I am using a 617 New Holland cutter and today while cutting pretty thin hay field, the cutters quit turning, pto still turning but not the moduals. Brought it home and will start trying to figure out what's going on with it. Any suggestions where to start? I bought this used a couple years ago and this is the first break down.


----------



## Jonasdiscdoc (Oct 8, 2016)

I would check the shaft on the gearbox where the belt pulley is mounted, that key could have gone bad, letting the pulley spin freely. If that's fine I would next check the gearbox, pull the plug on the main gearbox's upper section, if there's no oil in it you have a burnt gearbox, there's a seal between the upper and lower section of that gearbox that occasionally makes a problem, letting all of the oil into the lower part.

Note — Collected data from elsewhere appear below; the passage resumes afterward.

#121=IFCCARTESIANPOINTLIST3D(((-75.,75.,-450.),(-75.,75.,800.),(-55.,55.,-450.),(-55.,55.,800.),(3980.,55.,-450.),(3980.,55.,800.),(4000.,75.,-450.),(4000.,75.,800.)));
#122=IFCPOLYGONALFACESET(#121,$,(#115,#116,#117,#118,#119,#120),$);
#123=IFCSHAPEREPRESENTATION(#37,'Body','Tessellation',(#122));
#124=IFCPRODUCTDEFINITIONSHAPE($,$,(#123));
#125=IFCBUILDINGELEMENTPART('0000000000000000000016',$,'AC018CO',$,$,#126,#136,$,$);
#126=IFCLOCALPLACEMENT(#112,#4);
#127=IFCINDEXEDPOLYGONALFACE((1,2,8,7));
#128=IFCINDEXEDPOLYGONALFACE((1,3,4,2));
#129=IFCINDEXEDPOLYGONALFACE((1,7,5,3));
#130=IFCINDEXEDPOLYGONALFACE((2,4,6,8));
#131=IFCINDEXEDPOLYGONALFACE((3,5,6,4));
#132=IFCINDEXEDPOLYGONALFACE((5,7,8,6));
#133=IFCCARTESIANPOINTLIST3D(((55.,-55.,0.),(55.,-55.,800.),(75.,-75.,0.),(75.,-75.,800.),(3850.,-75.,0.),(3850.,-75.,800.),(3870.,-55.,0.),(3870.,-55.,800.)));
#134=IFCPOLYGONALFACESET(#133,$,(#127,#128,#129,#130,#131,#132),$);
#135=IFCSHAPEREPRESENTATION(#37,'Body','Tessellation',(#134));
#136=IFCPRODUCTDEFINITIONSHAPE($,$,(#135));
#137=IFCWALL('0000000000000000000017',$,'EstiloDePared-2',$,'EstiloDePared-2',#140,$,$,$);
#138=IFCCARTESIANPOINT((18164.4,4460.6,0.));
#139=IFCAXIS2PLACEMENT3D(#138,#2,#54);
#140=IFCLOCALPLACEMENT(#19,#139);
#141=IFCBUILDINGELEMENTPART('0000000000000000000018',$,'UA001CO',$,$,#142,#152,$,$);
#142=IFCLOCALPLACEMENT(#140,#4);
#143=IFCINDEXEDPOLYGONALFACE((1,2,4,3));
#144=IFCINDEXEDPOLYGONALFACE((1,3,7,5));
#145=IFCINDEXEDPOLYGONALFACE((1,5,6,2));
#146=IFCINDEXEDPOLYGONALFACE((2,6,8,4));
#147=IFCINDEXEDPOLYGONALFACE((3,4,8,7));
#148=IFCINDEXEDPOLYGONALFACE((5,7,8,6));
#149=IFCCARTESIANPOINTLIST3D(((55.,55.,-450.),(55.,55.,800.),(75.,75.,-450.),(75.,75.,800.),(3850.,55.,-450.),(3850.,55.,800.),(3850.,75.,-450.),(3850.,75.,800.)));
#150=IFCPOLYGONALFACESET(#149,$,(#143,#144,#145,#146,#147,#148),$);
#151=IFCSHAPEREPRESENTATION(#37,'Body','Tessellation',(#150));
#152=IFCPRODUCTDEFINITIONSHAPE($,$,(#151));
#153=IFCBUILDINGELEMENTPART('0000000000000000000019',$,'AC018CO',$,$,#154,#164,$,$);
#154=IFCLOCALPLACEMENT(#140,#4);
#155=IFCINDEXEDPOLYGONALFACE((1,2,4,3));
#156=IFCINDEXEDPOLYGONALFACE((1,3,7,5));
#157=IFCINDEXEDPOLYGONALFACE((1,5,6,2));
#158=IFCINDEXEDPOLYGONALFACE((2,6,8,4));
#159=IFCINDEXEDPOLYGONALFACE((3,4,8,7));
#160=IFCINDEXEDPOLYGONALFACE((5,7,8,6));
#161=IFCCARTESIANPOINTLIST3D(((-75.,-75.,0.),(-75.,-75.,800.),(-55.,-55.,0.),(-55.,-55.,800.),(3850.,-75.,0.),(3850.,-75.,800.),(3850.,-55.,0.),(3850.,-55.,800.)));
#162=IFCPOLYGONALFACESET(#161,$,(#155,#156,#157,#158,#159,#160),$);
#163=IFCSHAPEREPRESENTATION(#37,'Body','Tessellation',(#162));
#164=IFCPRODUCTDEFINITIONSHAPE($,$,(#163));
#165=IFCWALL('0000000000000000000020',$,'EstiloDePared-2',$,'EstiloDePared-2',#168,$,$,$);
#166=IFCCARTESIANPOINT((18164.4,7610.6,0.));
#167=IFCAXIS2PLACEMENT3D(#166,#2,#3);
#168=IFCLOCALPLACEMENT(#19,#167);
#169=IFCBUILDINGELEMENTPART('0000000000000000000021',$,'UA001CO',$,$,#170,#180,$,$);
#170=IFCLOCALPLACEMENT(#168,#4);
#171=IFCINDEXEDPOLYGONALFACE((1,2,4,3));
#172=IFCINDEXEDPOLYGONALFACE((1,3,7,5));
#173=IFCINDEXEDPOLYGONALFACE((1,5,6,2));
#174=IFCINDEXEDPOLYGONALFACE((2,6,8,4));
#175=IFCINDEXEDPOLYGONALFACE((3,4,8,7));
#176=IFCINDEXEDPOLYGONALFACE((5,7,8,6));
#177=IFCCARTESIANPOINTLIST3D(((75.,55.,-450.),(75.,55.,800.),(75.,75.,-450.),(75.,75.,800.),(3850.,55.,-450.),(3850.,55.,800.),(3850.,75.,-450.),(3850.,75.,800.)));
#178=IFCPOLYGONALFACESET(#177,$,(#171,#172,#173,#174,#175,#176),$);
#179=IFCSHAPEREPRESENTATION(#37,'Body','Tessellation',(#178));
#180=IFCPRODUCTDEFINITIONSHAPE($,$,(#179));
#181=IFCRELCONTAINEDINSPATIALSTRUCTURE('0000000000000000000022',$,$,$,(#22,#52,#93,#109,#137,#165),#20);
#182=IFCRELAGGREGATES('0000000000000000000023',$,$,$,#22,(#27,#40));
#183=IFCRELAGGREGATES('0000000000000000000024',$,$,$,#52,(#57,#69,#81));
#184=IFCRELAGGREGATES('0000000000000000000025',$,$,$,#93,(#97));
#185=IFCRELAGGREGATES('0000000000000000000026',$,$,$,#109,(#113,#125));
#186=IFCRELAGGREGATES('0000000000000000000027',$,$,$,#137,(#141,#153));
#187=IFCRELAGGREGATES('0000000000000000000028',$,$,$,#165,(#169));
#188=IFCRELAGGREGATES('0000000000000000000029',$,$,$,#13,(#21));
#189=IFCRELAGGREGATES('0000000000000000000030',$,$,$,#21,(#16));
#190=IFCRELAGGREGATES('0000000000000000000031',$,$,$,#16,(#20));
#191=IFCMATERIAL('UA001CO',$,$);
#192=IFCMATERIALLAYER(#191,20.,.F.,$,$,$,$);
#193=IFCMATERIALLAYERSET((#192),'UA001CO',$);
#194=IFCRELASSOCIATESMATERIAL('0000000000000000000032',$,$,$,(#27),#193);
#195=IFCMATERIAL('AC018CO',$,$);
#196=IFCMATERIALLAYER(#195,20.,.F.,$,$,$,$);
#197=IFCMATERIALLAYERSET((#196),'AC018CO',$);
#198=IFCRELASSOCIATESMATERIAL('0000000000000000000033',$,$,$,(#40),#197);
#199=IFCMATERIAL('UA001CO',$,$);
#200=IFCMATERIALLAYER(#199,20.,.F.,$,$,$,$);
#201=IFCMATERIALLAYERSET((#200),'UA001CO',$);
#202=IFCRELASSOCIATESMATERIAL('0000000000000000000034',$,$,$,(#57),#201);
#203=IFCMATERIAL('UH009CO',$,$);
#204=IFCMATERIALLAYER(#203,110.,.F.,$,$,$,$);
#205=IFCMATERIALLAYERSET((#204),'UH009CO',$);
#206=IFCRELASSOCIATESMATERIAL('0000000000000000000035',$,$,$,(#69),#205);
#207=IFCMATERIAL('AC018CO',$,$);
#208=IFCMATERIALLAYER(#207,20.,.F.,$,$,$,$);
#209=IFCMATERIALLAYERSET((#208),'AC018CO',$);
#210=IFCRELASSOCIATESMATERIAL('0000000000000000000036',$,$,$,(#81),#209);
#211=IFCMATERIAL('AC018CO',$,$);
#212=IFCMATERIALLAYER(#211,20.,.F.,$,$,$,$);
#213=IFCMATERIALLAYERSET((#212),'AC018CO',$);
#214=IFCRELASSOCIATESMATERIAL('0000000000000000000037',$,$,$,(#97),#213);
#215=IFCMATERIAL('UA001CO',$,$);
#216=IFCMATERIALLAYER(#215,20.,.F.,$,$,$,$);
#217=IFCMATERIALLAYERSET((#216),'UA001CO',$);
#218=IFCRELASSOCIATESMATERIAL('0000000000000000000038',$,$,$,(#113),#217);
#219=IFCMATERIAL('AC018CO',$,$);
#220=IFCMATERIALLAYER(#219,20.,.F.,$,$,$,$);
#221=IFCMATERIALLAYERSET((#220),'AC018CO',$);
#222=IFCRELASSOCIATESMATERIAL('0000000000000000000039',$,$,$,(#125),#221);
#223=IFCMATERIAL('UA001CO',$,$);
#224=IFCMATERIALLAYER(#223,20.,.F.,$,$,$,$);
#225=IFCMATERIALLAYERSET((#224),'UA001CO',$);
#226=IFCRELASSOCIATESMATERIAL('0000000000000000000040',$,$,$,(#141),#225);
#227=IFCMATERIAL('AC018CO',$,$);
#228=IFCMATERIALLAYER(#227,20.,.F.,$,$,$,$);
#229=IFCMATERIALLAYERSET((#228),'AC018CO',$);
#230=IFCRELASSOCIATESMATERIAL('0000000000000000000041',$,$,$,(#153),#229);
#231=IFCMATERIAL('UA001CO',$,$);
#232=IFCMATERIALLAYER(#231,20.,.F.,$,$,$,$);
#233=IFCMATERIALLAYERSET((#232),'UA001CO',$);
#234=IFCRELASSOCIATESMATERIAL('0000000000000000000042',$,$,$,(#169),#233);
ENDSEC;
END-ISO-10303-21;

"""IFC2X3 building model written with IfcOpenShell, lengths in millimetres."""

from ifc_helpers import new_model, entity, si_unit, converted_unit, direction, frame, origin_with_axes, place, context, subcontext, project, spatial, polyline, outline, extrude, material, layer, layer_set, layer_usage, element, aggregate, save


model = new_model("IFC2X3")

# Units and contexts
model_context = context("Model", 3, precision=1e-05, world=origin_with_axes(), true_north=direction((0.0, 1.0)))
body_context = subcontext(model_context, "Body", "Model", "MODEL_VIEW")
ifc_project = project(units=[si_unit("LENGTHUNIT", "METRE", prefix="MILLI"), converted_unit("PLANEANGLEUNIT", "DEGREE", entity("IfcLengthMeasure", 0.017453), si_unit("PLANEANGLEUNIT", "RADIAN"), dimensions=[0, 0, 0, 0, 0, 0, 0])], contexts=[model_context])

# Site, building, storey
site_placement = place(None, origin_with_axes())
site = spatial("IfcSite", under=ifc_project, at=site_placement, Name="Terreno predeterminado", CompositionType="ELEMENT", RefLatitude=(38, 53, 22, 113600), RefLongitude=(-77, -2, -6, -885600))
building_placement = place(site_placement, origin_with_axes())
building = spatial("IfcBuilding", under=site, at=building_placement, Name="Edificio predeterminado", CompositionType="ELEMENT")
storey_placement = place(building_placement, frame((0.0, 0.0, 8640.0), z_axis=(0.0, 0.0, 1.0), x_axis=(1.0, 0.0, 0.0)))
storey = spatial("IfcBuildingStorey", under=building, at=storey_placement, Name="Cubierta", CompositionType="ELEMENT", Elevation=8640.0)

If the gearbox is good now it gets a bit more complicated, you may have a sheared shaft in the cutterbar I would split it beside the gearbox and see if that shaft is still ok .

Just my 2 cents, good luck!


----------



## mike10 (May 29, 2011)

The most common cause is the drive module under the main gearbox. People forget or do not realize there is a drive module under the main gearbox which has it's own oil supply. The oil level never gets checked and eventually the module gearbox runs dry and you can guess the results.

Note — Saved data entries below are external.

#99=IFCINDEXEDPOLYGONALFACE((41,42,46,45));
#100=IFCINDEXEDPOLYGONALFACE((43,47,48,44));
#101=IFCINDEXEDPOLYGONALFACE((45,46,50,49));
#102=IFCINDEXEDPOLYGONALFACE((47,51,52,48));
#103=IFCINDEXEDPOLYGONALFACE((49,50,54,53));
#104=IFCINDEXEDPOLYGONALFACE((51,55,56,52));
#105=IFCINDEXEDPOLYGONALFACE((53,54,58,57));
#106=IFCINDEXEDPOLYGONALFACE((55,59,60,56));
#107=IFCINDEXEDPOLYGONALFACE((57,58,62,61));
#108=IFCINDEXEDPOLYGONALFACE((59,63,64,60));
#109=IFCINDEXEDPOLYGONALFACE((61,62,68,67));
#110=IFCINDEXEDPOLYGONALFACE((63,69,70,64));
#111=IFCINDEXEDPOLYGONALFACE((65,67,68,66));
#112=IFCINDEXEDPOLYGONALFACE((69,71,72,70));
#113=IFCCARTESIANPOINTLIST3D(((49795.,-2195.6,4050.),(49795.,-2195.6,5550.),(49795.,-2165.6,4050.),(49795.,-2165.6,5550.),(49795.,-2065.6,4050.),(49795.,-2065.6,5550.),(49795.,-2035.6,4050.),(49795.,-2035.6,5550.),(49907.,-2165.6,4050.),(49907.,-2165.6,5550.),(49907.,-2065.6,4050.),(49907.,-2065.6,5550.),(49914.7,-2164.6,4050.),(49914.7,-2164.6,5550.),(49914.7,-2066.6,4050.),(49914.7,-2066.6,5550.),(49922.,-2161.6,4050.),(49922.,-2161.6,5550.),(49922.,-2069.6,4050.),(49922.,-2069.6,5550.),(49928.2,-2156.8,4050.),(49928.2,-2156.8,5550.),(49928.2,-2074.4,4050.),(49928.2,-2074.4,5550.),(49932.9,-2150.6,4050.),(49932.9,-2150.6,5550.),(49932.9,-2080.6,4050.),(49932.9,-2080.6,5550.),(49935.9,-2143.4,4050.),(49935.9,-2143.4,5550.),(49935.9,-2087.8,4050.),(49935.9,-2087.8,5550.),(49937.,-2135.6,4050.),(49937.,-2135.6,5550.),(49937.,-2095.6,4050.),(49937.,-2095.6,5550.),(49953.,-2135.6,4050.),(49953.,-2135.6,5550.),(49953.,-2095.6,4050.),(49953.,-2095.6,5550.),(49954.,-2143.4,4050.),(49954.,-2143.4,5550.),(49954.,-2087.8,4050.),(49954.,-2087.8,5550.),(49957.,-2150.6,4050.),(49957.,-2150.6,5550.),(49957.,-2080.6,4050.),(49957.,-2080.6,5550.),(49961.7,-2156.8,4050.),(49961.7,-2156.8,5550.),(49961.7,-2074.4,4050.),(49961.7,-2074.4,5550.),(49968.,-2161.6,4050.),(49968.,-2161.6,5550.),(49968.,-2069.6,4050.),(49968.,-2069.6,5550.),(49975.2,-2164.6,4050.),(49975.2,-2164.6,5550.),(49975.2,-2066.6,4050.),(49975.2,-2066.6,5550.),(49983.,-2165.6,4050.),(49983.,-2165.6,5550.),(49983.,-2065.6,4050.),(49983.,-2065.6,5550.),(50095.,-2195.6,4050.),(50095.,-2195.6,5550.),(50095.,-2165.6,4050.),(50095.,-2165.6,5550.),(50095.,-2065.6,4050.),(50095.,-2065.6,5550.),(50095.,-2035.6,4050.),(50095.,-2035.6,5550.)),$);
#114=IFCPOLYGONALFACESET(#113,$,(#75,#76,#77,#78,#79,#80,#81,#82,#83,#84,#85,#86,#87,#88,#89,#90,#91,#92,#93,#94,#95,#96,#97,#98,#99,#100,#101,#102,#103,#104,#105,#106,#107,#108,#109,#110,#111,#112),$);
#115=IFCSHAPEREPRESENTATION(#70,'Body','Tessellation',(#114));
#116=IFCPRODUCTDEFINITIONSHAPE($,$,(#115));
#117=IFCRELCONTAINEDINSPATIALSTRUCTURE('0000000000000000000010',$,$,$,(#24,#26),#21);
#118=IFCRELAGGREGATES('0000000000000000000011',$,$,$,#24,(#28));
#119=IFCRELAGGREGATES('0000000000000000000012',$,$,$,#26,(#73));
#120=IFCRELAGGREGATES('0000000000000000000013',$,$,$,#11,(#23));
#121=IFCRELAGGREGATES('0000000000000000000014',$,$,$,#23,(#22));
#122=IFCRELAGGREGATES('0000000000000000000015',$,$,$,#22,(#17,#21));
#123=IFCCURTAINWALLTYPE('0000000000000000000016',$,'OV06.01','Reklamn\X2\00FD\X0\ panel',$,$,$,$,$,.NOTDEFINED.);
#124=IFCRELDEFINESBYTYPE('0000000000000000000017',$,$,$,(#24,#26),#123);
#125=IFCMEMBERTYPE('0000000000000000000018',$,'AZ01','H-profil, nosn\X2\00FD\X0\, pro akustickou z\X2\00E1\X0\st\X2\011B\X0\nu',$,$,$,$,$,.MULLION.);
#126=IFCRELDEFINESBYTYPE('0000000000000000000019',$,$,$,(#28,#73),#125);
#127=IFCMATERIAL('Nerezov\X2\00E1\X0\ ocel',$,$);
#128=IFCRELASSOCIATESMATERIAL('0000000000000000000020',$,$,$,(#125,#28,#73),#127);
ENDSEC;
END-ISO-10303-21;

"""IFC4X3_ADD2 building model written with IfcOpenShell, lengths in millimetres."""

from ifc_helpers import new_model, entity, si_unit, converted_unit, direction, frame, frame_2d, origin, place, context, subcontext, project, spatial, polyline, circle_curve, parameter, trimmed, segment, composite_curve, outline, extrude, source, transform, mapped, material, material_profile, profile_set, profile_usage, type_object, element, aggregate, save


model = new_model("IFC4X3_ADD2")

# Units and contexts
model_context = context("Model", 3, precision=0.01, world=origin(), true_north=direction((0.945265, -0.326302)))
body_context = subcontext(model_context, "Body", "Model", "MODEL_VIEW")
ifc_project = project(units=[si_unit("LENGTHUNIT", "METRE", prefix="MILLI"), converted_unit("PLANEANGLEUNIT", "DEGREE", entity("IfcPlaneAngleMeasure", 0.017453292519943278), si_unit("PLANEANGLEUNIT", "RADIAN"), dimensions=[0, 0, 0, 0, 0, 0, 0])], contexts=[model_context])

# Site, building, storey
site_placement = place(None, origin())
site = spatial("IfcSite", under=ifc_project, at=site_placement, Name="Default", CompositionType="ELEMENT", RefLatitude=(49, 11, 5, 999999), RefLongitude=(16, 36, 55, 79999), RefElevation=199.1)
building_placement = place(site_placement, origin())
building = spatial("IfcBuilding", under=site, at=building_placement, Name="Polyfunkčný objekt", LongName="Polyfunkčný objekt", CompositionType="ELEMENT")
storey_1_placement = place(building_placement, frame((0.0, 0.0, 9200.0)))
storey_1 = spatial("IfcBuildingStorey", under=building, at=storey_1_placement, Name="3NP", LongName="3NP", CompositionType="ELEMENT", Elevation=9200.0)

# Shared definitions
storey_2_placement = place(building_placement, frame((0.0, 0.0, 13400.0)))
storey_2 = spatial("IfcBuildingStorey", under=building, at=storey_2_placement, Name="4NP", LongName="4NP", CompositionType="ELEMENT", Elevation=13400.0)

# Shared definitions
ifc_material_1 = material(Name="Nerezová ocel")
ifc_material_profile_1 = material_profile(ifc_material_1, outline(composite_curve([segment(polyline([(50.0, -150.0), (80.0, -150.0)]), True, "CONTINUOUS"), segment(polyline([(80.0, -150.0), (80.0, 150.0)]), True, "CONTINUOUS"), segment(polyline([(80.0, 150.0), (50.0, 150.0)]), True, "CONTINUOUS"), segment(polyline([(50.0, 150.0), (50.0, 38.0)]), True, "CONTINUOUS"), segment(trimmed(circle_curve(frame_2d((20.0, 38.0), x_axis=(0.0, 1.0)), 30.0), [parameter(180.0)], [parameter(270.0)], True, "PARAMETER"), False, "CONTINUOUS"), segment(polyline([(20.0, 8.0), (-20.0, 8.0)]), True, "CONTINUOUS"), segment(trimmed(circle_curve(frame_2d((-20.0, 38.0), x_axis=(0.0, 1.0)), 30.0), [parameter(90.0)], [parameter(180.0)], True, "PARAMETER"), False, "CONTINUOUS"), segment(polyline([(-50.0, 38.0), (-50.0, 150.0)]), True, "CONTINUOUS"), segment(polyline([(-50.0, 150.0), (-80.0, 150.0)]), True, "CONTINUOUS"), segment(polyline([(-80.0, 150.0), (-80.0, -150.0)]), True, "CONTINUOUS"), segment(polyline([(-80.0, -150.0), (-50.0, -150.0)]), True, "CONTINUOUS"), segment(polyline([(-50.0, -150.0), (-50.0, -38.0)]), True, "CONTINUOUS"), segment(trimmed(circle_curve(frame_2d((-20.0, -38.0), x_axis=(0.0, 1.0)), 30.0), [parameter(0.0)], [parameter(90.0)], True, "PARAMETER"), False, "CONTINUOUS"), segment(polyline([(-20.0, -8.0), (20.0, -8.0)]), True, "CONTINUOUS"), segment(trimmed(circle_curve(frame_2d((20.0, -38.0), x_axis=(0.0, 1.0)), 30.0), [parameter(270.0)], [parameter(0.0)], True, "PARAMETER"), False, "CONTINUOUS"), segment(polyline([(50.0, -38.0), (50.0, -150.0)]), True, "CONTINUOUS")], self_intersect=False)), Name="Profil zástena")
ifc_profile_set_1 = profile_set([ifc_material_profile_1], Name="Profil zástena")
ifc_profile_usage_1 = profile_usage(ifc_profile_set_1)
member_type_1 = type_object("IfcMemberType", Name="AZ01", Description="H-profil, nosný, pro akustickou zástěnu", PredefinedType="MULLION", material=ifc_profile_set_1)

Where to start looking is a crap shoot. As mentiioned check the oil level in the main gearbox, then the gearbox under the main gearbox and lastly the drive shaft between the drive module and the first disc.


----------



## Bonfire (Oct 21, 2012)

mike10 said:


> The most common cause is the drive module under the main gearbox. People forget or do not realize there is a drive module under the main gearbox which has it's own oil supply. The oil level never gets checked and eventually the module gearbox runs dry and you can guess the results.
> 
> Where to start looking is a crap shoot. As mentiioned check the oil level in the main gearbox, then the gearbox under the main gearbox and lastly the drive shaft between the drive module and the first disc.


Is there a slip clutch involved here?


----------



## Mswart (Sep 8, 2017)

I put a new belt on and checked the oil in all the mod.s before starting, and gear case. After it quit turning, I did notice a small bit of oil coming from the vent filter.


----------



## Tx Jim (Jun 30, 2014)

Bonfire said:


> Is there a slip clutch involved here?


No slip clutch as belt serves purpose of SC. PTO shaft has an over-running clutch


----------



## mike10 (May 29, 2011)

Just want to make sure. Did you check the drive module oil level?. It takes a 1/4 allen (hex) wrench to remove the level plug. The level plug is in front of the 3/*4" nut of the rear tie bolt.


----------



## Mswart (Sep 8, 2017)

Well fellas I finally tore into it and found a bearing all blown up inside. The roller bearing right below the pinion gear, of course it damaged the pinion gear and got a couple significant chips in a couple teeth on the big bevel gear as well. Heading to New Holland tomorrow to see what parts they have (hopefully all of them) figure since I have it all apart might as well replace all the bearings as well. Thanks for y'alls help, especially about the oil level in the mod. below the gearbox, I'm guessing you remove the plug and make sure there is oil level to there. Thanks again!


----------